# How much pears for 5 gallon batch



## Jal5 (Oct 1, 2018)

most recipes I saw have 4-5 lbs of pears per gallon of wine. Is that about right? Just harvested a 5 gallon bucketfull of pears mixed ripe and some hard. Plan to wash, destem, cut and freeze for a late fall wine fermentation. 
Joe


----------



## Scooter68 (Oct 1, 2018)

Never made pear wine but with most fruits whatever amount allows you to use the least water is a good guide. That 5 gallon bucket might get you 3 gallons for wine after removing stems, seeds, cores. Best to never leave seeds in fruit with cores/stones/pits. Many have some level of cyanide in the seeds. While you'd have to consume a lot to harm you, it wouldn't take many to ruin the wine flavor.

Of course also allow for a lot of gross lees from pulp.


----------



## M Robinson (Oct 1, 2018)

Scooter68 said:


> Never made pear wine but with most fruits whatever amount allows you to use the least water is a good guide. That 5 gallon bucket might get you 3 gallons for wine after removing stems, seeds, cores. Best to never leave seeds in fruit with cores/stones/pits. Many have some level of cyanide in the seeds. While you'd have to consume a lot to harm you, it wouldn't take many to ruin the wine flavor.
> 
> Of course also allow for a lot of gross lees from pulp.


This is the recipe I just used
https://northeastwinemaking.com/pages/pear-wine


----------



## Jal5 (Oct 1, 2018)

So far cut half the bucket of pears = 3 ziplocks of 4 gal each
Joe


----------



## Jal5 (Oct 1, 2018)

M Robinson said:


> This is the recipe I just used
> https://northeastwinemaking.com/pages/pear-wineView attachment 51343


I printed that one earlier today


----------



## Masbustelo (Oct 1, 2018)

You will want to use pure unadulterated pear juice. One wouldn't cut apple cider with water to ferment it, and pears are much weaker of a fruit than cider apples. I would guess that you'll need twice as much fruit. If they are common eating apples you will want to ferment them in a bag, and then press at the end. After ferment and press, you want to end up with six gallons, so you have something to top off with later. With true "Perry" pears, they were ground like apples, left for 24 hours, and then pressed. Then the juice was, or is fermented.


----------



## meadmaker1 (Oct 1, 2018)

Jal5 said:


> most recipes I saw have 4-5 lbs of pears per gallon of wine. Is that about right? Just harvested a 5 gallon bucketfull of pears mixed ripe and some hard. Plan to wash, destem, cut and freeze for a late fall wine fermentation.
> Joe


Not sure about pears but just finished first round apple juicing. Twenty lbs per gallon average.


----------



## Stressbaby (Oct 1, 2018)

I just put first batch of pear in carboys. 33# of fruit (2/3 Bartlett, 1/3 Seckel), frozen, thawed, cored, pressed, yielded 2.3 gallons of straight juice.

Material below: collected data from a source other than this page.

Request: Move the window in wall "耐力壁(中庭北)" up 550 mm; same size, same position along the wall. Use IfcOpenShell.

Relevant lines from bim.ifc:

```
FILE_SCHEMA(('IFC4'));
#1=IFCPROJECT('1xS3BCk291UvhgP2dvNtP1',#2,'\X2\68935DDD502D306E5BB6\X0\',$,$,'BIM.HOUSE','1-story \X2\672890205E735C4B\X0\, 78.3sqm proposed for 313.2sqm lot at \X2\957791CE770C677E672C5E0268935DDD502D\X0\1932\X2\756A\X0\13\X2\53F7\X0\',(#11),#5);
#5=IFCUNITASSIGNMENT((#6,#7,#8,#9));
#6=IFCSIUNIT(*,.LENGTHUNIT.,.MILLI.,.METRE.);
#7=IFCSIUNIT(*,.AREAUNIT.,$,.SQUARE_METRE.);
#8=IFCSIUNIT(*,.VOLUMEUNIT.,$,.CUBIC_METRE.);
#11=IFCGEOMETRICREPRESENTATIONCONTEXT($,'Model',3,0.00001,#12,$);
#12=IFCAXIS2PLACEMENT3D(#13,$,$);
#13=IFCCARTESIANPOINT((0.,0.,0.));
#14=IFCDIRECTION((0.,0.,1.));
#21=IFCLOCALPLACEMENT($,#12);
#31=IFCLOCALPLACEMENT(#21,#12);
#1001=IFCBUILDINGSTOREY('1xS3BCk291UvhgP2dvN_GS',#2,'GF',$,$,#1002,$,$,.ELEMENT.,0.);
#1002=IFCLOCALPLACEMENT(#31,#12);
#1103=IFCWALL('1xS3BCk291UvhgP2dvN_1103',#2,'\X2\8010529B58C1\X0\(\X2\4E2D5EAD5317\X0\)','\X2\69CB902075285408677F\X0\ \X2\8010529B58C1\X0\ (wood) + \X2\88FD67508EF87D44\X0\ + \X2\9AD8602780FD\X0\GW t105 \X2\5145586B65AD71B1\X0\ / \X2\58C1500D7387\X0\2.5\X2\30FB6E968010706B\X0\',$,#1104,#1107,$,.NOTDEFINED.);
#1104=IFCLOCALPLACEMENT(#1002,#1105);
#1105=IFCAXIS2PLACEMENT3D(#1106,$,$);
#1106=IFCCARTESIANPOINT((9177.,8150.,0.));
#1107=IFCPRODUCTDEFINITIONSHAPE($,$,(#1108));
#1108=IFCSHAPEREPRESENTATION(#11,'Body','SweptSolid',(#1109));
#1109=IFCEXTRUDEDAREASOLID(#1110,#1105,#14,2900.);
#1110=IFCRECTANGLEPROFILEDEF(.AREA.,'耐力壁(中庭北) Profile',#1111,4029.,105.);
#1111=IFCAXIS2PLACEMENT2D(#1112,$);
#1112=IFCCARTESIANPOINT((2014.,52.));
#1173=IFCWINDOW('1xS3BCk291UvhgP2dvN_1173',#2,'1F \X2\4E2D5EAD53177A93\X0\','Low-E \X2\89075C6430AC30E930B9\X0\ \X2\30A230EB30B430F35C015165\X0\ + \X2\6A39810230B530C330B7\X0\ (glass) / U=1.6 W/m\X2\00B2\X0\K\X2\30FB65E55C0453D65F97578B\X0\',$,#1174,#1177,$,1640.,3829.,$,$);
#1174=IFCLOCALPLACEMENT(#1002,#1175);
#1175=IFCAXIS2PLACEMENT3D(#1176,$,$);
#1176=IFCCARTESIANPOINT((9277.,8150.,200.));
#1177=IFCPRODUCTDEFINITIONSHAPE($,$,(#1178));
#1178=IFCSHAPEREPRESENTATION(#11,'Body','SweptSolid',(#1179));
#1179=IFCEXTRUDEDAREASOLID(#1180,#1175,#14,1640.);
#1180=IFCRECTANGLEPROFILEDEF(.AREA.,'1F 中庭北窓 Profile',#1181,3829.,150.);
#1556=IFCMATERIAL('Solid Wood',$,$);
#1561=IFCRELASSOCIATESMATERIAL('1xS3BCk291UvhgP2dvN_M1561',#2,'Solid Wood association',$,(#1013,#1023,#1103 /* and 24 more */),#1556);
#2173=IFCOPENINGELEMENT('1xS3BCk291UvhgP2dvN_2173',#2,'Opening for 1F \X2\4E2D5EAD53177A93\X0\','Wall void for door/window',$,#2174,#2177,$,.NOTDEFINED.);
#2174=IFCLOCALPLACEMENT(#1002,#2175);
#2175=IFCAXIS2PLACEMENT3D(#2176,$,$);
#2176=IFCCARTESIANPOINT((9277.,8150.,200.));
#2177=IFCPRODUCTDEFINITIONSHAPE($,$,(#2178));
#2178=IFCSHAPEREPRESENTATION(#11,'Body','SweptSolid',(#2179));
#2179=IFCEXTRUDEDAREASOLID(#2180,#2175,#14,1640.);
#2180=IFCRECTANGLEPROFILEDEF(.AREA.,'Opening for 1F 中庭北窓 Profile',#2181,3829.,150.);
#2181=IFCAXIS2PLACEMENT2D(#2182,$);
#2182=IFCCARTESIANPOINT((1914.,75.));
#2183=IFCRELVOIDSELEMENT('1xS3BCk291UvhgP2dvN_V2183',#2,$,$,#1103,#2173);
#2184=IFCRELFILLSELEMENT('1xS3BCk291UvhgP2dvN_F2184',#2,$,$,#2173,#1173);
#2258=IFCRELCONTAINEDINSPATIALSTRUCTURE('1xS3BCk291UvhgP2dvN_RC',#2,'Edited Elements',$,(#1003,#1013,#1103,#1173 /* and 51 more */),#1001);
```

```python
import numpy as np
import ifcopenshell
import ifcopenshell.api.geometry
import ifcopenshell.util.placement
import ifcopenshell.util.unit

model = ifcopenshell.open("bim.ifc")
unit_scale = ifcopenshell.util.unit.calculate_unit_scale(model)

window = model.by_guid("1xS3BCk291UvhgP2dvN_1173")
opening = window.FillsVoids[0].RelatingOpeningElement
dz = 0.55 / unit_scale

shift = np.array([0.0, 0.0, dz])
# The window is not placed relative to its opening, so move both.
for product in (opening, window):
    matrix = ifcopenshell.util.placement.get_local_placement(product.ObjectPlacement)
    matrix[:3, 3] += shift
    ifcopenshell.api.geometry.edit_object_placement(model, product=product, matrix=matrix, is_si=False)

print(f"moved by {dz * unit_scale:+.3f} m")

model.write("bim_v2.ifc")
```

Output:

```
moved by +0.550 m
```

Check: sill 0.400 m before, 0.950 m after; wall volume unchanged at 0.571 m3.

Yield was ~14.5#/gallon.


----------



## Jal5 (Oct 1, 2018)

I processed about 12# of fruit after coring and cutting today, and with any luck have about that much yet to do. There is at least that much more on this tree that I haven't touched yet so another 24# by my estimate. But I might use apple juice to supplement the pear. 
Joe


----------



## Scooter68 (Oct 1, 2018)

Sounds like some serious work but sure it will be well worth it when you get to open that first bottle.


----------



## Jal5 (Oct 2, 2018)

The funny thing is one of my first attempts at winemaking about 35 yrs ago was pear wine! That batch turned out terrific- light and crisp IIRC!
Joe


----------



## Jal5 (Oct 2, 2018)

Processed the remainder of the 5 gal bucket = 9 # plus. I think I will have enough for a 5 gal batch. What additional liquid needed will be apple juice. 

Then again I could get more fruit...


----------